## The problem
Please output, without any change, the lines of the material below from the very first through the one with "#63=IFCINDEXEDPOLYGONALFACE((4,8,10,6));".
(Source information Opens)
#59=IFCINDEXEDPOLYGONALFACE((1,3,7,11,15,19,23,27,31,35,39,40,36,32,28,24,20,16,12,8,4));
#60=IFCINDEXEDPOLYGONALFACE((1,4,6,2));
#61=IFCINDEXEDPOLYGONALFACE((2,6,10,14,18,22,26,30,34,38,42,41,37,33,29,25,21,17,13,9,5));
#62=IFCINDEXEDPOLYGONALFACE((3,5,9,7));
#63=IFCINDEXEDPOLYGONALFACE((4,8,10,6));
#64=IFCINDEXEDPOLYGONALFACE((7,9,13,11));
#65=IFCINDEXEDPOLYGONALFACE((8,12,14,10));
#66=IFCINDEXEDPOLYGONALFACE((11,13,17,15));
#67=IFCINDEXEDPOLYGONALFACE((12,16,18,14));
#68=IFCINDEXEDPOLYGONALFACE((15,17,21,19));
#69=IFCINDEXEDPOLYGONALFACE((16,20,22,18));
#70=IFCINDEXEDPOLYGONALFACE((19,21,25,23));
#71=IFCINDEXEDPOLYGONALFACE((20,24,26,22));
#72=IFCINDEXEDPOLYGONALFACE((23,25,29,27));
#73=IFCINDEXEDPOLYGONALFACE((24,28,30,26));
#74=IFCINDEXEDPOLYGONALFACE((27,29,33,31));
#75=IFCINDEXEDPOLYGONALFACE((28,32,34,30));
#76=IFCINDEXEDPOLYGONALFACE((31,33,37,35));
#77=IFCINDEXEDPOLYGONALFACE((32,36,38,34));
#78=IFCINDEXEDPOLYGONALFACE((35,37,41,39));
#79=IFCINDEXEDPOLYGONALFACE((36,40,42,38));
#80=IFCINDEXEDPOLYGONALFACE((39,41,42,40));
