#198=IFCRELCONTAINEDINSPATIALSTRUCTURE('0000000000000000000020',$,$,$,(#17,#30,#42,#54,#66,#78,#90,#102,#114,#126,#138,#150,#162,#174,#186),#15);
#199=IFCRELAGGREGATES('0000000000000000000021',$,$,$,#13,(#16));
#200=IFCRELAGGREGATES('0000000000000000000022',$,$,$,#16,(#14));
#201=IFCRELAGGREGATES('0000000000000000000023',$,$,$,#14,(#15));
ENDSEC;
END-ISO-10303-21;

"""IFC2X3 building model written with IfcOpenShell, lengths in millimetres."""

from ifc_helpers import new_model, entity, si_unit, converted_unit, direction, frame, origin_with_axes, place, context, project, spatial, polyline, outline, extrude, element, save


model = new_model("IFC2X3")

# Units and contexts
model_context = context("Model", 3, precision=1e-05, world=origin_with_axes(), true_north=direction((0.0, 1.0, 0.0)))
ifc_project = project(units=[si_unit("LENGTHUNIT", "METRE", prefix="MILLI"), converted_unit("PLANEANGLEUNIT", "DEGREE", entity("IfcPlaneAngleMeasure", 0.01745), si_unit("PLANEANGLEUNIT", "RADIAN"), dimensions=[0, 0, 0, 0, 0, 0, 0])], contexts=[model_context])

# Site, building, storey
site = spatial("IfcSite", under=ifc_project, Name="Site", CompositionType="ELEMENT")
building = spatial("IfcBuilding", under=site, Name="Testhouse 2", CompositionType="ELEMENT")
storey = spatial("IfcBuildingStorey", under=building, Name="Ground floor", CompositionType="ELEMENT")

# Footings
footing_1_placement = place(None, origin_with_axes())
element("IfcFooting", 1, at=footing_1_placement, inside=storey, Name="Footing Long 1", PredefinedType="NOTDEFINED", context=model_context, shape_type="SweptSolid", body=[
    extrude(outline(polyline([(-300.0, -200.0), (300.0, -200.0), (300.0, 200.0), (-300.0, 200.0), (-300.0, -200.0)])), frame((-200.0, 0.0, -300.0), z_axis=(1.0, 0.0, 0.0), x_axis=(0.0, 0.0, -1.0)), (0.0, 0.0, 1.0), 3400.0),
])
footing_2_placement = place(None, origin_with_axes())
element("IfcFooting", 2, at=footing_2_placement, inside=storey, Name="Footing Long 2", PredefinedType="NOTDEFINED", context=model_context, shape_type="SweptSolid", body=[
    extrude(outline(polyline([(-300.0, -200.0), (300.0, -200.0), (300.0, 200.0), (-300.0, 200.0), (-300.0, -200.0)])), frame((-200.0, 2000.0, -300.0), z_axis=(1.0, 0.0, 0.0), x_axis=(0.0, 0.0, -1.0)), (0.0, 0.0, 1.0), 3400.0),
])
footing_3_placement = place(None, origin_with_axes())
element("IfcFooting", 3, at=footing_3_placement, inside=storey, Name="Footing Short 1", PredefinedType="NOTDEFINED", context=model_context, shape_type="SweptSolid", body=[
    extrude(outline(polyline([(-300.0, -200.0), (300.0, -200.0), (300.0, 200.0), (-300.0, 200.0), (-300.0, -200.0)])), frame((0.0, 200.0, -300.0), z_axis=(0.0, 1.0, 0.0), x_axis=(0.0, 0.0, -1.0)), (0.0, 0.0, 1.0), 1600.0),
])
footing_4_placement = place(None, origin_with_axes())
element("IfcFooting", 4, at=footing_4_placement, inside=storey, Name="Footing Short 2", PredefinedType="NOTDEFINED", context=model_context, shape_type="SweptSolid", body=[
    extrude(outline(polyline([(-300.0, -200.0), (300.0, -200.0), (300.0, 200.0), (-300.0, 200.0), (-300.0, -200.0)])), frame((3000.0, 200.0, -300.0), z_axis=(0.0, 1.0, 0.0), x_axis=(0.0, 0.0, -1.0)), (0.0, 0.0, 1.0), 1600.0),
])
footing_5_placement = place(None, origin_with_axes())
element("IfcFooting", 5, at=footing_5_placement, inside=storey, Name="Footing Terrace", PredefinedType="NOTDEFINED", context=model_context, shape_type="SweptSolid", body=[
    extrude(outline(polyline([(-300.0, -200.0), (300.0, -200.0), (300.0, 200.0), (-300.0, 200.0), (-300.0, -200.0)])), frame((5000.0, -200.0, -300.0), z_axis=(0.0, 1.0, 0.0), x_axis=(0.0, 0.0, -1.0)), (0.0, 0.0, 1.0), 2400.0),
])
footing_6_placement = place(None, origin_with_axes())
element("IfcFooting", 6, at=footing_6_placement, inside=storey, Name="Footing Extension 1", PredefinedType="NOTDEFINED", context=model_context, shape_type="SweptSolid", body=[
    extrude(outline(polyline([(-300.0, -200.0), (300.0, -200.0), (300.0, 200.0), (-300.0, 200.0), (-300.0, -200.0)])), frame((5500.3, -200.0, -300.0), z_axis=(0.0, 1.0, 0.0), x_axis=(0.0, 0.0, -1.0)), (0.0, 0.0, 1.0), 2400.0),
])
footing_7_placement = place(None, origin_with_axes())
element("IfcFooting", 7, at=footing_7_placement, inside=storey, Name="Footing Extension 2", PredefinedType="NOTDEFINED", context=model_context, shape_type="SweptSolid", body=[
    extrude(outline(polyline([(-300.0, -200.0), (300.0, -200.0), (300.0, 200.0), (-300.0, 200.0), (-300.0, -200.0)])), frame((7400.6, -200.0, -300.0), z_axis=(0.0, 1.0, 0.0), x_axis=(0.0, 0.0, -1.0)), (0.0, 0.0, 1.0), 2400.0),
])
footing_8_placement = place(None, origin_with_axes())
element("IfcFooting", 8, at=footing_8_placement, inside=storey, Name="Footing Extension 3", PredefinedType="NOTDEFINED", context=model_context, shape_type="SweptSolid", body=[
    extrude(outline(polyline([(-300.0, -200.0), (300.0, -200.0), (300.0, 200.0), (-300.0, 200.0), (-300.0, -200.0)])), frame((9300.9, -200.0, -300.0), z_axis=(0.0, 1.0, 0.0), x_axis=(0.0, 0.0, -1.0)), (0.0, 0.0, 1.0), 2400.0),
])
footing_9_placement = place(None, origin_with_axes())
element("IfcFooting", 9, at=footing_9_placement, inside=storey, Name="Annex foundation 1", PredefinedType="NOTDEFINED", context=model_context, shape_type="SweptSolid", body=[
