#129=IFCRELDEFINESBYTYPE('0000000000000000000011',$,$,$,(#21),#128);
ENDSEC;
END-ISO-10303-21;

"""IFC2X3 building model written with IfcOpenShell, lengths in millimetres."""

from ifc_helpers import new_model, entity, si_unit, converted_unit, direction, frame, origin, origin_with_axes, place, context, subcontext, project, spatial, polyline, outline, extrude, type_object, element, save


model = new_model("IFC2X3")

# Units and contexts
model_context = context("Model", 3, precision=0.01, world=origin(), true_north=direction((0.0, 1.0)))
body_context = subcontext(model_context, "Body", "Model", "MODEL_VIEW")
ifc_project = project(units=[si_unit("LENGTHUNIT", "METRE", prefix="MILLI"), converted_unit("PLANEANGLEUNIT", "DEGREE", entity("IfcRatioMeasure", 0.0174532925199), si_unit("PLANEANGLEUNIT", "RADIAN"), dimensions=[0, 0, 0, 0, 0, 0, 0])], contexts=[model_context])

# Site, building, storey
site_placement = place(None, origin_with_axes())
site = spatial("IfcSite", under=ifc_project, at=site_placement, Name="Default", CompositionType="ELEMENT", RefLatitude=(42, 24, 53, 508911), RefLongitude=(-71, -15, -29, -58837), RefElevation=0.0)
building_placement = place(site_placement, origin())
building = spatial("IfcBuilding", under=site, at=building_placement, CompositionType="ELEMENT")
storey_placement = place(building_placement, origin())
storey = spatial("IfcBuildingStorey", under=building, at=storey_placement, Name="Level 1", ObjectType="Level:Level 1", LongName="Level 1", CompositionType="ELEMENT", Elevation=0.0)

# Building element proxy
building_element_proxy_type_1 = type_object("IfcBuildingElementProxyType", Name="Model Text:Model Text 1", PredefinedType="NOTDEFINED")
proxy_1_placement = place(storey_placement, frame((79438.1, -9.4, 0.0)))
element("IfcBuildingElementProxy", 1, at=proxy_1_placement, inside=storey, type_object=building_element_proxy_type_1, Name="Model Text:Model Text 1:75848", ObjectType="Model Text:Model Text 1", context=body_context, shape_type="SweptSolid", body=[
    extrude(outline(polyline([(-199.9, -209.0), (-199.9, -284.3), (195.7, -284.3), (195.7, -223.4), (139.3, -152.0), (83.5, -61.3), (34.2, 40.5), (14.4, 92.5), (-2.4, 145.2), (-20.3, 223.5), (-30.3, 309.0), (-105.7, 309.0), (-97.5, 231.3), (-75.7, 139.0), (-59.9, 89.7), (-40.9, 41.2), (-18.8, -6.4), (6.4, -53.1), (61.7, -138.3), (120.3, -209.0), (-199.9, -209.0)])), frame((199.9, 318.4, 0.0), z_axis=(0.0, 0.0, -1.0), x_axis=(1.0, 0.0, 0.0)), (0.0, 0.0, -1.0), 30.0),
(Source information Closes)
## Task result
#59=IFCINDEXEDPOLYGONALFACE((1,3,7,11,15,19,23,27,31,35,39,40,36,32,28,24,20,16,12,8,4));
#60=IFCINDEXEDPOLYGONALFACE((1,4,6,2));
#61=IFCINDEXEDPOLYGONALFACE((2,6,10,14,18,22,26,30,34,38,42,41,37,33,29,25,21,17,13,9,5));
#62=IFCINDEXEDPOLYGONALFACE((3,5,9,7));
#63=IFCINDEXEDPOLYGONALFACE((4,8,10,6));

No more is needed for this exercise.